The only regurgitation, however, was done on my part, twenty minutes later in the bathroom, as I sprayed pizza and falafel and Banoffee pie all over the toilet bowl.

“You don’t look so good,” mused Heidi when I returned. A didgeridoo groaned over the thundering drums.

“No,” I shook my head, and then stared vacantly as a swirling web of tiny rainbow patterns emerged in the darkness behind Heidi’s head.

I stumbled away from the teepee, away from the light and noise and into the blackness, until I was surrounded by boulders of granite and the silent night sky. Satisfied, I sprawled out on the ground.

After twenty minutes of lying on the warm rock, staring up at intricate rainbows patterns and glimmering stars, while djembes echoed in the distance, I experienced something of an epiphany; a moment of clarity.

I realized that I’m lying in the dirt with barf on my shirt, in the deserts of India, eating hallucinogenic seeds picked off the side of the road, because I’m still wrestling with the mystery of why so many backpackers enjoy sitting around all day, getting stoned under coconut trees in pretty scenery.

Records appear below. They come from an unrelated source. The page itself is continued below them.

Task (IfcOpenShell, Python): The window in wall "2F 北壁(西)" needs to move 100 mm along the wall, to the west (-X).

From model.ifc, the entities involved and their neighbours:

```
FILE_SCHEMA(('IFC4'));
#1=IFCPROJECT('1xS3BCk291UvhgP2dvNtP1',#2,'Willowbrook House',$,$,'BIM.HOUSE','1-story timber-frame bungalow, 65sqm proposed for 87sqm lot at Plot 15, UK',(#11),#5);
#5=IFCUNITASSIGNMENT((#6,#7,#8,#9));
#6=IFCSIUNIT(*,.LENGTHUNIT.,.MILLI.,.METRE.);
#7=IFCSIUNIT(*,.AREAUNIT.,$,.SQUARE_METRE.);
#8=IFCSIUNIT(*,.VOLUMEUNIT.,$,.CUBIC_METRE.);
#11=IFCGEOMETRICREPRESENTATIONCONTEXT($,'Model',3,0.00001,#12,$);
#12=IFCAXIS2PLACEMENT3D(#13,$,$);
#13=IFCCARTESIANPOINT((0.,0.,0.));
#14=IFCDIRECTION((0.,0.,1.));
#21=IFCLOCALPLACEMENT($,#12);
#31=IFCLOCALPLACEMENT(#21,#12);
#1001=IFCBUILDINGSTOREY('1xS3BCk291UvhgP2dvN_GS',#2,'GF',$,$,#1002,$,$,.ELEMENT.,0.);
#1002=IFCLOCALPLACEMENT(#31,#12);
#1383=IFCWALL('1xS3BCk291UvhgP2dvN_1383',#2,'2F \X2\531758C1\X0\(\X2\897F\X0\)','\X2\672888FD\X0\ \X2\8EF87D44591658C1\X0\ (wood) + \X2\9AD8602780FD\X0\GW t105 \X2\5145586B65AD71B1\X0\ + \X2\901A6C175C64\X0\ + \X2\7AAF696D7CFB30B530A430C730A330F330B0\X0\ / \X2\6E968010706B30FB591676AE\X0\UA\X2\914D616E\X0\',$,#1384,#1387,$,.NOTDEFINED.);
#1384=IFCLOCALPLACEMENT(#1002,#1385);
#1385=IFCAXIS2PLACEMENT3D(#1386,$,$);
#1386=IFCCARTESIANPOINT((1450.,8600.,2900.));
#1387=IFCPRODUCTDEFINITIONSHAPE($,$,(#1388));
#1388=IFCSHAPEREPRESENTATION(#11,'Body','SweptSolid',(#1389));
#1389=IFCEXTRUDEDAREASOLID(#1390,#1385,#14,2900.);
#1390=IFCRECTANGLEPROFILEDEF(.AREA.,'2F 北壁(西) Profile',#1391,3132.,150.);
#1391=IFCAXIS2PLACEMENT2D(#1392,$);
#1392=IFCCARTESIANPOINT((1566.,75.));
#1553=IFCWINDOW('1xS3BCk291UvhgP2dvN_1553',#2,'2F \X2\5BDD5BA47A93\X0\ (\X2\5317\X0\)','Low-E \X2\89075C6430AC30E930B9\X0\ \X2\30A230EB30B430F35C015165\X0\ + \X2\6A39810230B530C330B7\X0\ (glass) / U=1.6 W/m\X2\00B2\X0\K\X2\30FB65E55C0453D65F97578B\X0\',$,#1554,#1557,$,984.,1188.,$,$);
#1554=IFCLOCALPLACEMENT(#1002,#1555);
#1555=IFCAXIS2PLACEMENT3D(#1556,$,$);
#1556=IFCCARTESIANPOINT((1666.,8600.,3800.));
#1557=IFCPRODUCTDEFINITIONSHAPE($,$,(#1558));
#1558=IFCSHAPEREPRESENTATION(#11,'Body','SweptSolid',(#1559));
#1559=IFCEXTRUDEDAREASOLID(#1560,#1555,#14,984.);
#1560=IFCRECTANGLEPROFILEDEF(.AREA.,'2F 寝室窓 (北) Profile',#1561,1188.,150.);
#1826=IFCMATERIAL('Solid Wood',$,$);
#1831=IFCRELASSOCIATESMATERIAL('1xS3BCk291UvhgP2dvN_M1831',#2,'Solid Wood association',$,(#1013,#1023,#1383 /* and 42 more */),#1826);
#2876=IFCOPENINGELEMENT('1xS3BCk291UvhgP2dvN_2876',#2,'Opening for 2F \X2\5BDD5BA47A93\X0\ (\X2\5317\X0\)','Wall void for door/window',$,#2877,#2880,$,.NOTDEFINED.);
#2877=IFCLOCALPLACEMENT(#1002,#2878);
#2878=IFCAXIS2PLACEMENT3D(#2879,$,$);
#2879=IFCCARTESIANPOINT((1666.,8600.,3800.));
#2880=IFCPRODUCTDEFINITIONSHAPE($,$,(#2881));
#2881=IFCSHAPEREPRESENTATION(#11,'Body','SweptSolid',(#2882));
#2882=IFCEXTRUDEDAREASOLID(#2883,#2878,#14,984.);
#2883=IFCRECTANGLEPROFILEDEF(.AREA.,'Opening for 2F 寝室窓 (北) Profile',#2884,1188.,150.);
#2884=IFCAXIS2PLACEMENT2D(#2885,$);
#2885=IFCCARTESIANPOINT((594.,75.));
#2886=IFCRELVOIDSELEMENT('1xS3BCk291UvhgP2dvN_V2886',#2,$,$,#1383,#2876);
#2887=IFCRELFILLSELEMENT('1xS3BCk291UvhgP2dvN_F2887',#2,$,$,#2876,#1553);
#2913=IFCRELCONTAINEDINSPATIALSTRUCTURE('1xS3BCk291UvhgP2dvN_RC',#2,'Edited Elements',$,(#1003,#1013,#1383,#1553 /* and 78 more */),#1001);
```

```python
import ifcopenshell
import ifcopenshell.api.geometry
import ifcopenshell.util.placement

model = ifcopenshell.open("model.ifc")

window = model.by_guid("1xS3BCk291UvhgP2dvN_1553")
opening = window.FillsVoids[0].RelatingOpeningElement
wall = opening.VoidsElements[0].RelatingBuildingElement

wall_matrix = ifcopenshell.util.placement.get_local_placement(wall.ObjectPlacement)
shift = wall_matrix[:3, 0] * -100.0
before = ifcopenshell.util.placement.get_local_placement(window.ObjectPlacement)[:3, 3].copy()

# The window is not placed relative to its opening, so move both.
for product in (opening, window):
    matrix = ifcopenshell.util.placement.get_local_placement(product.ObjectPlacement)
    matrix[:3, 3] += shift
    ifcopenshell.api.geometry.edit_object_placement(model, product=product, matrix=matrix, is_si=False)

after = ifcopenshell.util.placement.get_local_placement(window.ObjectPlacement)[:3, 3]
print("window moved by", (after - before).round(3) + 0.0)

model.write("model_v2.ifc")
```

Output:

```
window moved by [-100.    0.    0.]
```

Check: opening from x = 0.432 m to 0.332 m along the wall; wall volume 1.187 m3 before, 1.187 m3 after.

I also suddenly realized that I hate relaxing vacations, and always have. I can’t stand ‘chilling out’ all day. I don’t travel to get reprieve from my life; I travel to enrich it, to experience it ten-fold. I want adventure and intellectual stimulation and the thrill of uncertainty; I’m too restless to rest. I don’t need to love Hampi, and I don’t need to love every place I travel just because other people do.

The very next day, I caught the night bus to Mysore. And at 5AM, I was dropped off in a grimy, inner-city bus lot, with the vague instruction “go that way,” pointing down a forbidding road marred with litter, graffiti, and dilapidated signs in Hindi and Kannada and squiggly languages yet unknown to me.

As the city of Mysore stirred to life in the early morning mist (or perhaps it was smog), I tightened my pack and marched down the long, filthy throughway—tromping over garbage, inhaling exhaust, and dodging rickshaws. Savoring every bit of it.